Robert Bilott est un avocat spécialisé dans la défense des industries chimiques. Interpellé par un paysan, voisin de sa grand-mère, il va découvrir que la campagne idyllique de son enfance est empoisonnée par une usine du puissant groupe chimique DuPont, premier employeur de la région. Afin de faire éclater la vérité sur la pollution mortelle due aux rejets toxiques de l’usine, il va risquer sa carrière, sa famille, et même sa propre vie...





Loin de nous l’envie de faire de cette critique de « Dark Waters » un panégyrique oiseux mais, dans l’absolu, ce film est une sacrée bombe dont l’onde de choc n’a pas fini de nous ébranler.

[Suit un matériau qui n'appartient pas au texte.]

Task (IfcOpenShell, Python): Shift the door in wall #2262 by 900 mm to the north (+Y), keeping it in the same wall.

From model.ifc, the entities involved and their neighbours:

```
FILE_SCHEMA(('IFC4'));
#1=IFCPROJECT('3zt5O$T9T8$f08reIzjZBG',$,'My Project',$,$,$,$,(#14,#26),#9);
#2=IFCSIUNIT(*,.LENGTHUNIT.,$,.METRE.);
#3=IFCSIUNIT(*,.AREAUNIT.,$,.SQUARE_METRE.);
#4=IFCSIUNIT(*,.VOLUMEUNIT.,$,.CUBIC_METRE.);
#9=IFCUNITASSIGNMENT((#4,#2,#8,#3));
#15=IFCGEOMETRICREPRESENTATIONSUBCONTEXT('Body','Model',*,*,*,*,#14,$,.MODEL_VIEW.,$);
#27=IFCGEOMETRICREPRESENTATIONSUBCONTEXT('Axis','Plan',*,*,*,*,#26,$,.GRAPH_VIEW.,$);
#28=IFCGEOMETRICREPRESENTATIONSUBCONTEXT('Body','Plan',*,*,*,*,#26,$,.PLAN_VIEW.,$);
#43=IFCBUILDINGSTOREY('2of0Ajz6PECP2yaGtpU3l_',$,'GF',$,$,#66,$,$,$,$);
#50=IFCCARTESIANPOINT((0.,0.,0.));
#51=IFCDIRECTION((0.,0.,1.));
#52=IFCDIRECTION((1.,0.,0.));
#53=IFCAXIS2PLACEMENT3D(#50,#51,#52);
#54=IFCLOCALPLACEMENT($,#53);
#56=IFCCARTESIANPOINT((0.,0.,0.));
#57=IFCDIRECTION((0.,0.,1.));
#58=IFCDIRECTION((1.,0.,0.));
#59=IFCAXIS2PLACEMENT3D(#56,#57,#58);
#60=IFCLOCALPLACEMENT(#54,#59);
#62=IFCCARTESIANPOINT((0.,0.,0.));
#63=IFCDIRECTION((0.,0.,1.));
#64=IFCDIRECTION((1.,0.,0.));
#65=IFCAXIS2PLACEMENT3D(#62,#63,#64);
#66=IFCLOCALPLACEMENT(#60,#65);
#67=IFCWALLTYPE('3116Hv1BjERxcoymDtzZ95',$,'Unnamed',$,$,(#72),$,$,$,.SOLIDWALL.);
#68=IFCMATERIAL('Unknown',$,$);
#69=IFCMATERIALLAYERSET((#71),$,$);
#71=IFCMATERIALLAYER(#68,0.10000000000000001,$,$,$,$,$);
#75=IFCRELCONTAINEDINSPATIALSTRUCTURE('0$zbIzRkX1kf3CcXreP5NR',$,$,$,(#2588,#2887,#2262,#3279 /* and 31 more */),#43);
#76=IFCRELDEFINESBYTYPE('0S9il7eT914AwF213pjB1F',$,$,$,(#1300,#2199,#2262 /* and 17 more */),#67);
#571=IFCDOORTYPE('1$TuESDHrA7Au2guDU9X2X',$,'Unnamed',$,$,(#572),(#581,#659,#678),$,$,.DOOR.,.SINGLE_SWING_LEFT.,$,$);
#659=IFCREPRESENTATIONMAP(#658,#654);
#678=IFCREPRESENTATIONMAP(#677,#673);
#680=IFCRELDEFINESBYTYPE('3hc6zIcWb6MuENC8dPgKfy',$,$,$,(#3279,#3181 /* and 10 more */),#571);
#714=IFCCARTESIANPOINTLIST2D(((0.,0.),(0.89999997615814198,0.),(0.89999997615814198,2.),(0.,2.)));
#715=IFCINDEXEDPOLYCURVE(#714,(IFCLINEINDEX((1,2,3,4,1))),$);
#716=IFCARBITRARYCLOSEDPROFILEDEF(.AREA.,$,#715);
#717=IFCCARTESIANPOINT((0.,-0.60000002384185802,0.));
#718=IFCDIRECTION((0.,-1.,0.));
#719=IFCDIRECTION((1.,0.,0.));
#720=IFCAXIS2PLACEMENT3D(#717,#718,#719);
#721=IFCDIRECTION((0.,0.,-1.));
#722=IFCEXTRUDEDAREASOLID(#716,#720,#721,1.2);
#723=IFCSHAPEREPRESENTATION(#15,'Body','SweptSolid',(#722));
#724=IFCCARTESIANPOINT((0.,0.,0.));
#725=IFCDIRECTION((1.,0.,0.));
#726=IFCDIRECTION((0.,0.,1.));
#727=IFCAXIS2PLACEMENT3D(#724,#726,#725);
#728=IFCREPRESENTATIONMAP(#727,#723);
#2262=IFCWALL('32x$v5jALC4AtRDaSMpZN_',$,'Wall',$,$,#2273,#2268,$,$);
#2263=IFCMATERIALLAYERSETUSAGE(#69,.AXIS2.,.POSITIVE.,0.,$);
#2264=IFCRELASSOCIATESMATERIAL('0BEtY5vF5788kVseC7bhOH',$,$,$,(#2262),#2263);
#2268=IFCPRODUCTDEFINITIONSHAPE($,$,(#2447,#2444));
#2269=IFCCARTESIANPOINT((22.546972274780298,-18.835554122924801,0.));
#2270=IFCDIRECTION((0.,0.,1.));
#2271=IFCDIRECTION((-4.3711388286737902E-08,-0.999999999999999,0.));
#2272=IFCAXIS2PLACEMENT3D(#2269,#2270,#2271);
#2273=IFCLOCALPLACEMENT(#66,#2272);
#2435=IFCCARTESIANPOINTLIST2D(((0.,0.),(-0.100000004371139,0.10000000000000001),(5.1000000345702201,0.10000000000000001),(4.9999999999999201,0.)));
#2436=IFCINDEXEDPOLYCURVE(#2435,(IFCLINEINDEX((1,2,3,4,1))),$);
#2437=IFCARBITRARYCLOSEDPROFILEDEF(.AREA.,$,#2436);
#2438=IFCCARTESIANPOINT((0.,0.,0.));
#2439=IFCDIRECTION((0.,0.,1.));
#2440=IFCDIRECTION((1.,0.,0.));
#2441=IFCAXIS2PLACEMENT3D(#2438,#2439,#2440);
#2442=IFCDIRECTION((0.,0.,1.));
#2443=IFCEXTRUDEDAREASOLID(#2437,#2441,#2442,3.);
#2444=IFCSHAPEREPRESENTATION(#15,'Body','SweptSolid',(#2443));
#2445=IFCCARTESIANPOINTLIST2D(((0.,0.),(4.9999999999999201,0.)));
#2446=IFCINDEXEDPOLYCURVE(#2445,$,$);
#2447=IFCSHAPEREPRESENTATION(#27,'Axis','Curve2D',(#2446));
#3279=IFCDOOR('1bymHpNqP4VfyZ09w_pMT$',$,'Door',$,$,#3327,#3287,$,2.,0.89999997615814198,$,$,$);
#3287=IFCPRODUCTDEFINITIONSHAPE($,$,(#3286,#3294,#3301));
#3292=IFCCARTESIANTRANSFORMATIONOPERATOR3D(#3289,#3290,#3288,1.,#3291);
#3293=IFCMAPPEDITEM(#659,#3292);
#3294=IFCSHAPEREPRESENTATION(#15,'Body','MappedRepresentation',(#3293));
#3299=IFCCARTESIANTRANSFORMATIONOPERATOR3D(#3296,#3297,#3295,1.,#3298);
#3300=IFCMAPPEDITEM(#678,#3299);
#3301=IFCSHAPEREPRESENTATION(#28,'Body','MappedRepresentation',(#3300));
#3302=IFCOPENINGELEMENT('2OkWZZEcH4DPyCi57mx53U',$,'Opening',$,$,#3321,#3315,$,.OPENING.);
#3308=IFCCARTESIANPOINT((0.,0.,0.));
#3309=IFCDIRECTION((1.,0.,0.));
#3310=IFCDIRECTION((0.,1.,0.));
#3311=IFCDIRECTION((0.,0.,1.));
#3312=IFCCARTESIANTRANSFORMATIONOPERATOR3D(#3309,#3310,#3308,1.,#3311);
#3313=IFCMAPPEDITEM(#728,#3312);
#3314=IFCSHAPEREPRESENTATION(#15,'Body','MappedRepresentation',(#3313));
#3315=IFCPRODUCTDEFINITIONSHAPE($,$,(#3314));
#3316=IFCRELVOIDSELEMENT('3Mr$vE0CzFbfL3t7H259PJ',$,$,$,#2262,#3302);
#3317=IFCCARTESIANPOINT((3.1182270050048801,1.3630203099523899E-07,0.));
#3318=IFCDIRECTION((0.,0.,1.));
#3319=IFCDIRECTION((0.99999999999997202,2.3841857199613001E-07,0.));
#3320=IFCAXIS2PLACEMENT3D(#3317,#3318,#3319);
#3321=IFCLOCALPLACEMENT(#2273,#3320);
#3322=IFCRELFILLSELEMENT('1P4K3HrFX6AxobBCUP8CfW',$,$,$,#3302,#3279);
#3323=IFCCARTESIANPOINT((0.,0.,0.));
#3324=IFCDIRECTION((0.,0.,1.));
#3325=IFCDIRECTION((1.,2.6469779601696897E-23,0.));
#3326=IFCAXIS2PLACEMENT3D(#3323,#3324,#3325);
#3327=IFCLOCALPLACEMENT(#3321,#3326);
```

```python
import ifcopenshell
import ifcopenshell.api.geometry
import ifcopenshell.util.placement
import ifcopenshell.util.unit

model = ifcopenshell.open("model.ifc")
unit_scale = ifcopenshell.util.unit.calculate_unit_scale(model)

door = model.by_guid("1bymHpNqP4VfyZ09w_pMT$")
opening = door.FillsVoids[0].RelatingOpeningElement
wall = opening.VoidsElements[0].RelatingBuildingElement

wall_matrix = ifcopenshell.util.placement.get_local_placement(wall.ObjectPlacement)
shift = wall_matrix[:3, 0] * -0.9 / unit_scale
before = ifcopenshell.util.placement.get_local_placement(door.ObjectPlacement)[:3, 3].copy()

# The door is placed relative to its opening, so it follows when the opening moves.
matrix = ifcopenshell.util.placement.get_local_placement(opening.ObjectPlacement)
matrix[:3, 3] += shift
ifcopenshell.api.geometry.edit_object_placement(
    model, product=opening, matrix=matrix, is_si=False, should_transform_children=True
)

after = ifcopenshell.util.placement.get_local_placement(door.ObjectPlacement)[:3, 3]
print("door moved by", (after - before).round(3) + 0.0)

model.write("model_rev.ifc")
```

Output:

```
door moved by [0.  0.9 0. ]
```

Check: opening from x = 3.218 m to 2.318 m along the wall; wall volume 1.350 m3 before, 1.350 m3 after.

Critique complète :

I. L’Incroyable Hulk dans la Capitale de l’Europe

Mais… Mais, qui voilà ? The Incredible Hulk, en personne, ici, à Bruxelles ! Ou plutôt Mark Ruffalo, himself, au Parlement européen. Pourquoi ? Pour sensibiliser nos chers politiques issus des quatre coins du Vieux Continent à la lutte contre les produits chimiques. Une cause qui lui tient particulièrement à cœur en tant qu’activiste écologique. Un combat qui se reflète dans son dernier film, « Dark Waters », dans lequel il incarne Robert Bilott, l’avocat qui a mené une longue bataille judiciaire contre le géant américain de la chimie DuPont.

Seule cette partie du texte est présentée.